老梁没有追问那么多,一个同村大家族里辈分相差大的情况很平常,孙子比爷爷年龄还大也不稀罕。
出门在外,同村的老乡都会互相照应。
更何况是一大家子的人。
所以这个年轻的老马来投奔孙女也没什么。
老梁把老马带进仓库。
仓库里没有亮灯,一进去就有股浓浓的饲料味。
仓库中间有个用汽油桶改造的铁皮炉子。
炉子里烧着木柴,散发着融融暖意。
老梁指了一处干草堆,让老马自行在那草堆里找个落脚的地方。
“多谢……”
老马把被子放在草堆上。
老梁本不打算搭理这个老马,但听这人语气和善,态度很恭敬,就又从角落里扯了条厚厚的褥子扔给老马:
“这是他们值班时用的,你先睡着,明早赶紧收起来,别说是我给你用的就行。

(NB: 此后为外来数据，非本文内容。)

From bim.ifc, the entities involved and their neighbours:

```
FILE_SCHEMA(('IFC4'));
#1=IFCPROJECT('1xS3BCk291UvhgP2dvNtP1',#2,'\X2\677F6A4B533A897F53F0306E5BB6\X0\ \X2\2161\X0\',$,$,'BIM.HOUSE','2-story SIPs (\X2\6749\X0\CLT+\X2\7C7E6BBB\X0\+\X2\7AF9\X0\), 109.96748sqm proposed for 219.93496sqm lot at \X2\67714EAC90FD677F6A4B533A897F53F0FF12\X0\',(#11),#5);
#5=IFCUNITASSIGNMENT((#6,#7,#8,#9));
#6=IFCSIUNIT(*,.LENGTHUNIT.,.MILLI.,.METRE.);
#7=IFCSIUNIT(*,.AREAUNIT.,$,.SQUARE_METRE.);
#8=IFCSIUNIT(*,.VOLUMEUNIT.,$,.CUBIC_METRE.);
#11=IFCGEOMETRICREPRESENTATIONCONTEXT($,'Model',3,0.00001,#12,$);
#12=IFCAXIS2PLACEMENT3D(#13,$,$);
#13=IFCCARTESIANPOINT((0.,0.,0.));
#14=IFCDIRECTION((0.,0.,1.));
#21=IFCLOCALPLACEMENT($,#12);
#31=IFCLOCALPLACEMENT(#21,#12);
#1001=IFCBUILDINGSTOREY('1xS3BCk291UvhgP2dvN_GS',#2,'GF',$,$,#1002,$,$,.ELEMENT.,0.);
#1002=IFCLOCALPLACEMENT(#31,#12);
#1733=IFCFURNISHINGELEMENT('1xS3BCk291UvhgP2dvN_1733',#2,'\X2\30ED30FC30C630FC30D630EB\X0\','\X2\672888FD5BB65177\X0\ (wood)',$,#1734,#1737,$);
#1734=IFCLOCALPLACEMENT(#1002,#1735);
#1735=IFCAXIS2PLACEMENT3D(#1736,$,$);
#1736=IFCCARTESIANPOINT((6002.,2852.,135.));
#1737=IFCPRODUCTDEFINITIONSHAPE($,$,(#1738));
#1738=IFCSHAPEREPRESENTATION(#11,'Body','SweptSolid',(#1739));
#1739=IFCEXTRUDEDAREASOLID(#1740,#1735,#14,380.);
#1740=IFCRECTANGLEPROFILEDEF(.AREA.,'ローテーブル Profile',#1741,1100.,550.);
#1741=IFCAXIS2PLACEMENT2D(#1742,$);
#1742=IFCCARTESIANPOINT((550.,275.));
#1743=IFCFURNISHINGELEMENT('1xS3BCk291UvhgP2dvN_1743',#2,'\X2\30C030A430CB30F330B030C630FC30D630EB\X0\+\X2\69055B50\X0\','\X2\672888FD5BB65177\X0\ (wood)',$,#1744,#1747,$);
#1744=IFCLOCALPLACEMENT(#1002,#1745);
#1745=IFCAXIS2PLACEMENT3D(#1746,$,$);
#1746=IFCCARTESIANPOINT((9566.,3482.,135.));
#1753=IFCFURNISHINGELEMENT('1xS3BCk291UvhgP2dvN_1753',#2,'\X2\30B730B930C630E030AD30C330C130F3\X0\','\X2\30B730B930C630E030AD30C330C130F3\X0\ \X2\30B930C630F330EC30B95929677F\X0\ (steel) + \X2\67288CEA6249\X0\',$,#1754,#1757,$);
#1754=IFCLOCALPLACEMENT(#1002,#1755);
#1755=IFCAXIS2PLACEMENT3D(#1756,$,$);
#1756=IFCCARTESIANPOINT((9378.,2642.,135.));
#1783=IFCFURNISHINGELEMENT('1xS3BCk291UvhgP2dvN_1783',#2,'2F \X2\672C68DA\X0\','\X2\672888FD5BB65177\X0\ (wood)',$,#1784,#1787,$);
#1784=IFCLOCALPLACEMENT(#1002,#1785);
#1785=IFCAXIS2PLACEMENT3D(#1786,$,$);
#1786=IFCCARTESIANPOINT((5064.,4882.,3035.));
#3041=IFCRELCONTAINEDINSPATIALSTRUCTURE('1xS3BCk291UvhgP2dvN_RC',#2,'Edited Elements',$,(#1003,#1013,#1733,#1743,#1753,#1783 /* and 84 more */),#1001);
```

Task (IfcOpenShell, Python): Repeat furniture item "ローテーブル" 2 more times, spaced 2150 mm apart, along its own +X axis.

```python
import ifcopenshell
import ifcopenshell.api.geometry
import ifcopenshell.api.root
import ifcopenshell.util.element
import ifcopenshell.util.placement
import ifcopenshell.util.unit

model = ifcopenshell.open("bim.ifc")
unit_scale = ifcopenshell.util.unit.calculate_unit_scale(model)


def reuse_history(source, copy):
    """copy_class also copies each property set's owner history, people and application; keep the originals."""
    for rel in copy.IsDefinedBy:
        if rel.is_a("IfcRelDefinesByProperties") and (history := rel.RelatingPropertyDefinition.OwnerHistory):
            rel.RelatingPropertyDefinition.OwnerHistory = source.OwnerHistory
            ifcopenshell.util.element.remove_deep2(model, history)


source = model.by_guid("1xS3BCk291UvhgP2dvN_1733")
base = ifcopenshell.util.placement.get_local_placement(source.ObjectPlacement)
step = base[:3, 0] * 2.15 / unit_scale

for i in range(1, 3):
    copy = ifcopenshell.api.root.copy_class(model, product=source)
    copy.Representation = ifcopenshell.util.element.copy_deep(
        model, source.Representation, exclude=["IfcGeometricRepresentationContext", "IfcRepresentationMap"]
    )
    reuse_history(source, copy)
    matrix = base.copy()
    matrix[:3, 3] += i * step
    print("added at", matrix[:3, 3].round(3) + 0.0)
    ifcopenshell.api.geometry.edit_object_placement(model, product=copy, matrix=matrix, is_si=False)

model.write("bim_edited.ifc")
```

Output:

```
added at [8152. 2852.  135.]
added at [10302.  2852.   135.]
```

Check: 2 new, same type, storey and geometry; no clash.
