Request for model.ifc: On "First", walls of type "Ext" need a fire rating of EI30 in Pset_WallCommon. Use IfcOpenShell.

First a look at what the model holds.

```python
import ifcopenshell
import ifcopenshell.util.element

model = ifcopenshell.open("model.ifc")
print(model.schema)
storey = next(s for s in model.by_type("IfcBuildingStorey") if s.Name == "First")
walls = [e for e in ifcopenshell.util.element.get_decomposition(storey) if e.is_a("IfcWall")]
seen = {}
for e in walls:
    element_type = ifcopenshell.util.element.get_type(e)
    key = (element_type.Name if element_type != e and element_type else None, ifcopenshell.util.element.get_pset(e, "Pset_WallCommon", "FireRating"))
    seen[key] = seen.get(key, 0) + 1
for (name, value), count in sorted(seen.items(), key=str):
    print(count, "x", name, "|", value)
```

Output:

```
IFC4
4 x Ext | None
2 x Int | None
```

```python
import ifcopenshell
import ifcopenshell.api.pset
import ifcopenshell.util.element

model = ifcopenshell.open("model.ifc")

storey = next(s for s in model.by_type("IfcBuildingStorey") if s.Name == "First")
walls = [e for e in ifcopenshell.util.element.get_decomposition(storey) if e.is_a("IfcWall")]

count = 0
for e in walls:
    element_type = ifcopenshell.util.element.get_type(e)
    if element_type in (None, e) or element_type.Name != "Ext":
        continue
    # add_pset returns the element's existing set when there is one.
    pset = ifcopenshell.api.pset.add_pset(model, product=e, name="Pset_WallCommon")
    ifcopenshell.api.pset.edit_pset(model, pset=pset, properties={"FireRating": "EI30"})
    count += 1

print(count, "walls updated")

model.write("model_rev.ifc")
```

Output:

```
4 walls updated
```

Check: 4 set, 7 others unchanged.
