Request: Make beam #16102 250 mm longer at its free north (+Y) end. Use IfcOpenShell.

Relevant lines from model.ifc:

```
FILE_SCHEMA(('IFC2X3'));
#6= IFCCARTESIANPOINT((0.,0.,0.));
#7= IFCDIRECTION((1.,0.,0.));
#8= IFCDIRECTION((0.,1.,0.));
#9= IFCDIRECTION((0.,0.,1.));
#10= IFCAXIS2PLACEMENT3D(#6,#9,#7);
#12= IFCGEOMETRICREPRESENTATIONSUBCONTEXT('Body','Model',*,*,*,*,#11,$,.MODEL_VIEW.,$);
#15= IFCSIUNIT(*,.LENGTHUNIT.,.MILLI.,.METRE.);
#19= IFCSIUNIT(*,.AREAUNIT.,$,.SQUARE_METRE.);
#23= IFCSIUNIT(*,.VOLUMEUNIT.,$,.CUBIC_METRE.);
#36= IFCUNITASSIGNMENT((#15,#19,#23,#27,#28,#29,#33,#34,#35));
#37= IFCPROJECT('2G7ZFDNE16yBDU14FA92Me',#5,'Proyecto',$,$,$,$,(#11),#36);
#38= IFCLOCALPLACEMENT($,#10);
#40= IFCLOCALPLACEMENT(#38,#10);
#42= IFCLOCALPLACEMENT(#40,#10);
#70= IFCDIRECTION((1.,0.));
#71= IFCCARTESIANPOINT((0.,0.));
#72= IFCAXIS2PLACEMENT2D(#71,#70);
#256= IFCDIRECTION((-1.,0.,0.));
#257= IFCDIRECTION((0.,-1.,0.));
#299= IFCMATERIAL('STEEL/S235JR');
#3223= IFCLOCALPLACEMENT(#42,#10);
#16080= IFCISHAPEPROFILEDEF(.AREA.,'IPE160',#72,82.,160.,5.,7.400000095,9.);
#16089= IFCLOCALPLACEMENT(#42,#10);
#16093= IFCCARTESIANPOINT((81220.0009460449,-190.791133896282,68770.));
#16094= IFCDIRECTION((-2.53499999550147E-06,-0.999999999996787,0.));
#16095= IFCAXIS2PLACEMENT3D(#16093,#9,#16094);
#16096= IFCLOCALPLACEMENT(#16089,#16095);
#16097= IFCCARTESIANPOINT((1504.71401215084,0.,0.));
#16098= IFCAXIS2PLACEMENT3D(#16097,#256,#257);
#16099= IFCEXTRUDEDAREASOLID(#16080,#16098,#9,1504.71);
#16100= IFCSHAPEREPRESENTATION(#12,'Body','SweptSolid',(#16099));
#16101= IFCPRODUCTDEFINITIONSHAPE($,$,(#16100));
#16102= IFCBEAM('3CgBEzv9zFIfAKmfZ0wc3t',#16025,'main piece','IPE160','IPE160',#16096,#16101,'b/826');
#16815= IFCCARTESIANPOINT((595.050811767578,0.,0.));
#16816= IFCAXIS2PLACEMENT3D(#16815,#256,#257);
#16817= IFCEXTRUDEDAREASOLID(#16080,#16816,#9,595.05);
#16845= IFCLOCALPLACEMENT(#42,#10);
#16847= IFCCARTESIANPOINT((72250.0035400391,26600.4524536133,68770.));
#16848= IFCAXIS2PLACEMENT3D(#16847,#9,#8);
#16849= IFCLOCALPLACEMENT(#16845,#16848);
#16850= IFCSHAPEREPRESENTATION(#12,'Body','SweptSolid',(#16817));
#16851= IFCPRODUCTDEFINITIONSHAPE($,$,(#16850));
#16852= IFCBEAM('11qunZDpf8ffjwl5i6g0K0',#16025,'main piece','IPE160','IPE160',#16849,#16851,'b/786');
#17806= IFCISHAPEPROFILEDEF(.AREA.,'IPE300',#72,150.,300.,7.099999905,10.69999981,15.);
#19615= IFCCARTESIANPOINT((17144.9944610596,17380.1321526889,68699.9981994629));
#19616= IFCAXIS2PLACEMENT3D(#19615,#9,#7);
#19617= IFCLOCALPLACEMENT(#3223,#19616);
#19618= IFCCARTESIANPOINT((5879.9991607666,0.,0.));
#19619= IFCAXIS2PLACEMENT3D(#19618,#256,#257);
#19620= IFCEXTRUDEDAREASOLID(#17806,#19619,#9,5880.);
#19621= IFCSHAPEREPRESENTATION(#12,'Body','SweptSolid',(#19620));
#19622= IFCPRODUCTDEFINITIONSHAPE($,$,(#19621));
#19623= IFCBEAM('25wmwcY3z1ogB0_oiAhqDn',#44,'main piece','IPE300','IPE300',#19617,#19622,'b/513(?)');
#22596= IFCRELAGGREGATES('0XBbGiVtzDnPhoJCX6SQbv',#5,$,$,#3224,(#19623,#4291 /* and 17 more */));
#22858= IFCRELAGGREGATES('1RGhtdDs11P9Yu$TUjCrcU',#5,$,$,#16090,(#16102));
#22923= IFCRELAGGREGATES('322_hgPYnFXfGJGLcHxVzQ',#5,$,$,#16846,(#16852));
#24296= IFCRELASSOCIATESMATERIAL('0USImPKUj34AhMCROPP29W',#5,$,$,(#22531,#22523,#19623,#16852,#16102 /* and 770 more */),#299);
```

```python
import ifcopenshell
import ifcopenshell.util.representation
import ifcopenshell.util.unit

model = ifcopenshell.open("model.ifc")
unit_scale = ifcopenshell.util.unit.calculate_unit_scale(model)

member = model.by_id(16102)
change = 0.25 / unit_scale

# The extrusion runs towards the end named, so only its depth changes.
body = ifcopenshell.util.representation.get_representation(member, "Model", "Body")
solid = body.Items[0]
old_length = solid.Depth
solid.Depth += change

print(f"length {old_length:g} -> {solid.Depth:g}")

model.write("model_v2.ifc")
```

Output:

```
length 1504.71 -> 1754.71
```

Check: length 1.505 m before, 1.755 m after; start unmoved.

”
老马再次表示感谢:“多谢老哥。”
老马铺好被子后,并没立即就睡。
他到炉子边去烤火。
烤火时看了看老梁,很和气地问:“这位老哥怎么称呼?”
“叫我老梁就行。”
“梁哥——”
老梁:“??”
这一声「梁哥」,差点把老梁给闪着。
多少年没人这么叫过他了,一直都叫他老梁,现在被这个年轻人叫哥,心里怪不得劲。
老马烤着火,想了想自己前几天还躺在医院病床上等死,昨晚又在气味复杂的地窖里熬了一夜。
今晚就能烤上火,而且有被子盖。
这日子是蒸蒸日上啊!
他感到非常满足。
他又跟老梁攀谈起来:“梁哥也在这养猪吗?”
“嗯,养猪的。”
“哦,那跟我孙女婿是同事啊,多谢平时照应。”
老梁:“——”
老马想起口袋里还有个窝窝头,他掏了出来,放在炉灶口烤了烤,然后掰了一半,走过来送给老梁:
“来,梁哥,吃块窝窝头。”
老梁瞅了瞅那一半窝窝头,不好拒绝,就拿来吃了。
奇怪的是,这个窝窝头有点甜丝丝的味道,而且没那么粗糙,吃起来一点不剌嗓子。
比他们作为饲料的玉米面贴出来的饼子好吃多了。
也比自己做的饼子好吃。
两人分享着一个窝窝头,几口就吃完了。